**ASSIGNMENT:** The answer should be each line from the entries below that has the word "IFCOPENINGELEMENT" in it.

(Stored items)

——

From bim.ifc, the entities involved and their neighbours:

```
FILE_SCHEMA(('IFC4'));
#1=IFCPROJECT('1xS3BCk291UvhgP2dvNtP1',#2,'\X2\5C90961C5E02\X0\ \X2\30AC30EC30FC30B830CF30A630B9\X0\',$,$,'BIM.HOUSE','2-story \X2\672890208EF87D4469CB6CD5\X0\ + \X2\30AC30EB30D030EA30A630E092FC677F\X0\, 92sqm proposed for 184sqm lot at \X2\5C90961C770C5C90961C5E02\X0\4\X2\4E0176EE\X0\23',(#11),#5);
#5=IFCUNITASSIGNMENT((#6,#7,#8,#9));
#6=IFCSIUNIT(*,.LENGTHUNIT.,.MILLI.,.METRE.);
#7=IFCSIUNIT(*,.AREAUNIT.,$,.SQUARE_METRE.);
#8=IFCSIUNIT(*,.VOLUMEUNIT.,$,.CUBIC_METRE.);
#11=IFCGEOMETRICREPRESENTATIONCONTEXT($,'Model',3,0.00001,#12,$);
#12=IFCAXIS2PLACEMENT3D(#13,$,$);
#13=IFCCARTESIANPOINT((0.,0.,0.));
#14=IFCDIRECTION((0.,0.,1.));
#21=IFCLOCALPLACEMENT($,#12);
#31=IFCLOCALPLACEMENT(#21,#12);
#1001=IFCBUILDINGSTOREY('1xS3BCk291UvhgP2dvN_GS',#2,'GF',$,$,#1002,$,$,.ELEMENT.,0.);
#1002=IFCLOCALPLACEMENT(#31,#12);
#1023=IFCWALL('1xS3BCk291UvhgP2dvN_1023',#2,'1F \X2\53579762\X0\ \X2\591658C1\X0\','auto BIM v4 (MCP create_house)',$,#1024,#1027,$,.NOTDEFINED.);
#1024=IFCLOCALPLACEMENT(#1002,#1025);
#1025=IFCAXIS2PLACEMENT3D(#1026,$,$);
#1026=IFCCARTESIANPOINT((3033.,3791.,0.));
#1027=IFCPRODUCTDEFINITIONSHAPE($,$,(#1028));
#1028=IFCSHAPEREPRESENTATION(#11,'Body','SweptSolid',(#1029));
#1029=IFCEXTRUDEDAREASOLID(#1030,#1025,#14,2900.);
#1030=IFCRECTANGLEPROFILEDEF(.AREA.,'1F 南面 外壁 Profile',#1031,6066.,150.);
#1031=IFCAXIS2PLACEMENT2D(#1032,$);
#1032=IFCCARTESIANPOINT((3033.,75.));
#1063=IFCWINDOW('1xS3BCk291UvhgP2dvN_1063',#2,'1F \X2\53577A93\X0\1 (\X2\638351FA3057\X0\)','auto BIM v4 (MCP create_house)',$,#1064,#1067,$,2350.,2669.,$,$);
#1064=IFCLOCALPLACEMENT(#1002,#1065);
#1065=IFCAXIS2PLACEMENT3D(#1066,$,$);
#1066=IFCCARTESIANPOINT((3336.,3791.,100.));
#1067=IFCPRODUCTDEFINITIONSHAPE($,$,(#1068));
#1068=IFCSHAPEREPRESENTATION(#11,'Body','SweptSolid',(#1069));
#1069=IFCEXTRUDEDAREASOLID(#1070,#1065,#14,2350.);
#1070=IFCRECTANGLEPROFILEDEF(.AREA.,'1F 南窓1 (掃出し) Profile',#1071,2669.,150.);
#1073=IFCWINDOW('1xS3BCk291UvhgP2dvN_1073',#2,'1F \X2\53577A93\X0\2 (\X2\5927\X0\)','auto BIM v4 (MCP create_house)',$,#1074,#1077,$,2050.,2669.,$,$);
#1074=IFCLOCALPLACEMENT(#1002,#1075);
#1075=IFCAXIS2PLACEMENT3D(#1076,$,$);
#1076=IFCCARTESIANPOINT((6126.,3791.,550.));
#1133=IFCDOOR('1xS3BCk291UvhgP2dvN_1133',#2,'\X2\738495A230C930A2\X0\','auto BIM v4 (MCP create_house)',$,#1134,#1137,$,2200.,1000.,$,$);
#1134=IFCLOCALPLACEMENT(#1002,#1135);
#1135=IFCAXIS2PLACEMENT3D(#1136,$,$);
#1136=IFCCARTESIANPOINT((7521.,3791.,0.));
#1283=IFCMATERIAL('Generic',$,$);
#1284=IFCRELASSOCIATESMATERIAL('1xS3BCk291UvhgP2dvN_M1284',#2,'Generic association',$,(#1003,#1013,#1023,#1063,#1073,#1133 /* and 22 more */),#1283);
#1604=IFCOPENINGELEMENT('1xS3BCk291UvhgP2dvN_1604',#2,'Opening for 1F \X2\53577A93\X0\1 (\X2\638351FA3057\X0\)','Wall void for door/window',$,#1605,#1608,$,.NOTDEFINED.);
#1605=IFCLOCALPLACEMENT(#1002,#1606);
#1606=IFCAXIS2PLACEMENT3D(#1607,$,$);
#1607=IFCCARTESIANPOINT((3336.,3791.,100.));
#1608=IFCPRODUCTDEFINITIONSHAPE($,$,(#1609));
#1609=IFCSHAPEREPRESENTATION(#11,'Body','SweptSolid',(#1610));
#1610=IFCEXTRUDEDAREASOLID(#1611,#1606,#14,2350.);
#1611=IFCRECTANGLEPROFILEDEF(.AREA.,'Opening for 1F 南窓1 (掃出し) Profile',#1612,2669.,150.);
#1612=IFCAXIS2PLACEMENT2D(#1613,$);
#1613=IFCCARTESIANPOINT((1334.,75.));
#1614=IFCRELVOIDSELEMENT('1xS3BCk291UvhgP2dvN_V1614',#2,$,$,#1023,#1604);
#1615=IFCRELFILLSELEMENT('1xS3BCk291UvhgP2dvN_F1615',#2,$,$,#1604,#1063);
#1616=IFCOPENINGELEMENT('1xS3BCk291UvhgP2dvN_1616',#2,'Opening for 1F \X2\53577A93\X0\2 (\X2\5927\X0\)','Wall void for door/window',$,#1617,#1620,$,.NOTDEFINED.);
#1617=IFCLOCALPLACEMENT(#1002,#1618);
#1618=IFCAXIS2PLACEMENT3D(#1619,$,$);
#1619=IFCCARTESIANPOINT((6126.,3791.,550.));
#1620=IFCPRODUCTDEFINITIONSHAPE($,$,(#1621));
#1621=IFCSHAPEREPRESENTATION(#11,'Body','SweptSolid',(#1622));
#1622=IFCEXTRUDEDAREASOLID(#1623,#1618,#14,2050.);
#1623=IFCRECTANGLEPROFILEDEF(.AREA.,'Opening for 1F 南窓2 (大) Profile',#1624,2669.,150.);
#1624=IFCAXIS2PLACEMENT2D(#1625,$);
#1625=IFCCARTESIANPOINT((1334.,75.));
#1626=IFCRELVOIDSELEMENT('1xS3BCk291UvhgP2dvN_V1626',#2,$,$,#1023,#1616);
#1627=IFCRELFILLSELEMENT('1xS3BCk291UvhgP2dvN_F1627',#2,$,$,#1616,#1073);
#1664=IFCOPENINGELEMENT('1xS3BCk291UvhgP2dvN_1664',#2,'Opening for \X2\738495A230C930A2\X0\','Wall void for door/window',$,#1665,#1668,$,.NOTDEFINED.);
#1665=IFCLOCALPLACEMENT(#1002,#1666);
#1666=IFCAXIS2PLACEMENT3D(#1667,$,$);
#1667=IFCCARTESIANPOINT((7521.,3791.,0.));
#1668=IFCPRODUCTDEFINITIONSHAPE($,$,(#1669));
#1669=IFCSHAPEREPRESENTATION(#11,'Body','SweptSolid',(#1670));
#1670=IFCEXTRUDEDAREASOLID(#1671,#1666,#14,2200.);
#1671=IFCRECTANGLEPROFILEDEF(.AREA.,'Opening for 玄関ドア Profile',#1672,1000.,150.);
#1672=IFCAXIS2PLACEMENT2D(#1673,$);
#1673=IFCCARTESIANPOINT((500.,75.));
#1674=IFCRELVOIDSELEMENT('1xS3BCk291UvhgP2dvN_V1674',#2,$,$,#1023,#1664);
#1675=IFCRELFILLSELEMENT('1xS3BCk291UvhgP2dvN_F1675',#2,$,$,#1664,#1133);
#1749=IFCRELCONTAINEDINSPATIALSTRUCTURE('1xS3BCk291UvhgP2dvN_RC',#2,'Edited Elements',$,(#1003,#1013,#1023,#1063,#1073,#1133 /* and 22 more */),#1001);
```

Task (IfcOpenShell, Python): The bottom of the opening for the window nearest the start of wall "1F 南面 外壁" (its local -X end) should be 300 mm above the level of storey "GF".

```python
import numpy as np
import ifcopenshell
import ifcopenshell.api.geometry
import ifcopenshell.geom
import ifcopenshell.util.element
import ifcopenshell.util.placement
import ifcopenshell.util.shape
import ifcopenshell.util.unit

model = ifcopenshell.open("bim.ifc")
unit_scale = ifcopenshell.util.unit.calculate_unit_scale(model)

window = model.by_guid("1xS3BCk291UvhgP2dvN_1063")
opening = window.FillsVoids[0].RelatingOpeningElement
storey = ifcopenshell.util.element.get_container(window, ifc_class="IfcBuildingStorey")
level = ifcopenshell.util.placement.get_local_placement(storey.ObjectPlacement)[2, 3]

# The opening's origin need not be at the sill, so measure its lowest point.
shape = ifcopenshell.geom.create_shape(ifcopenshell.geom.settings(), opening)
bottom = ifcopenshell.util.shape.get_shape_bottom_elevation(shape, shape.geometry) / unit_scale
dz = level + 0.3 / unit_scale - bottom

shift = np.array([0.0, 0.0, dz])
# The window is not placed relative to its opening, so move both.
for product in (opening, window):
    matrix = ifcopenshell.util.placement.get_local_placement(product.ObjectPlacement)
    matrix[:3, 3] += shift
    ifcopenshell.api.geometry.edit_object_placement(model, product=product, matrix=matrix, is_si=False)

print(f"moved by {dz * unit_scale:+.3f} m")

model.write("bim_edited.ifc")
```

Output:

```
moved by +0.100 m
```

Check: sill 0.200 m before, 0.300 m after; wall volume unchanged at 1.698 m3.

——

**RESULT OF THE TASK:**
#1604=IFCOPENINGELEMENT('1xS3BCk291UvhgP2dvN_1604',#2,'Opening for 1F \X2\53577A93\X0\1 (\X2\638351FA3057\X0\)','Wall void for door/window',$,#1605,#1608,$,.NOTDEFINED.);
#1616=IFCOPENINGELEMENT('1xS3BCk291UvhgP2dvN_1616',#2,'Opening for 1F \X2\53577A93\X0\2 (\X2\5927\X0\)','Wall void for door/window',$,#1617,#1620,$,.NOTDEFINED.);
#1664=IFCOPENINGELEMENT('1xS3BCk291UvhgP2dvN_1664',#2,'Opening for \X2\738495A230C930A2\X0\','Wall void for door/window',$,#1665,#1668,$,.NOTDEFINED.);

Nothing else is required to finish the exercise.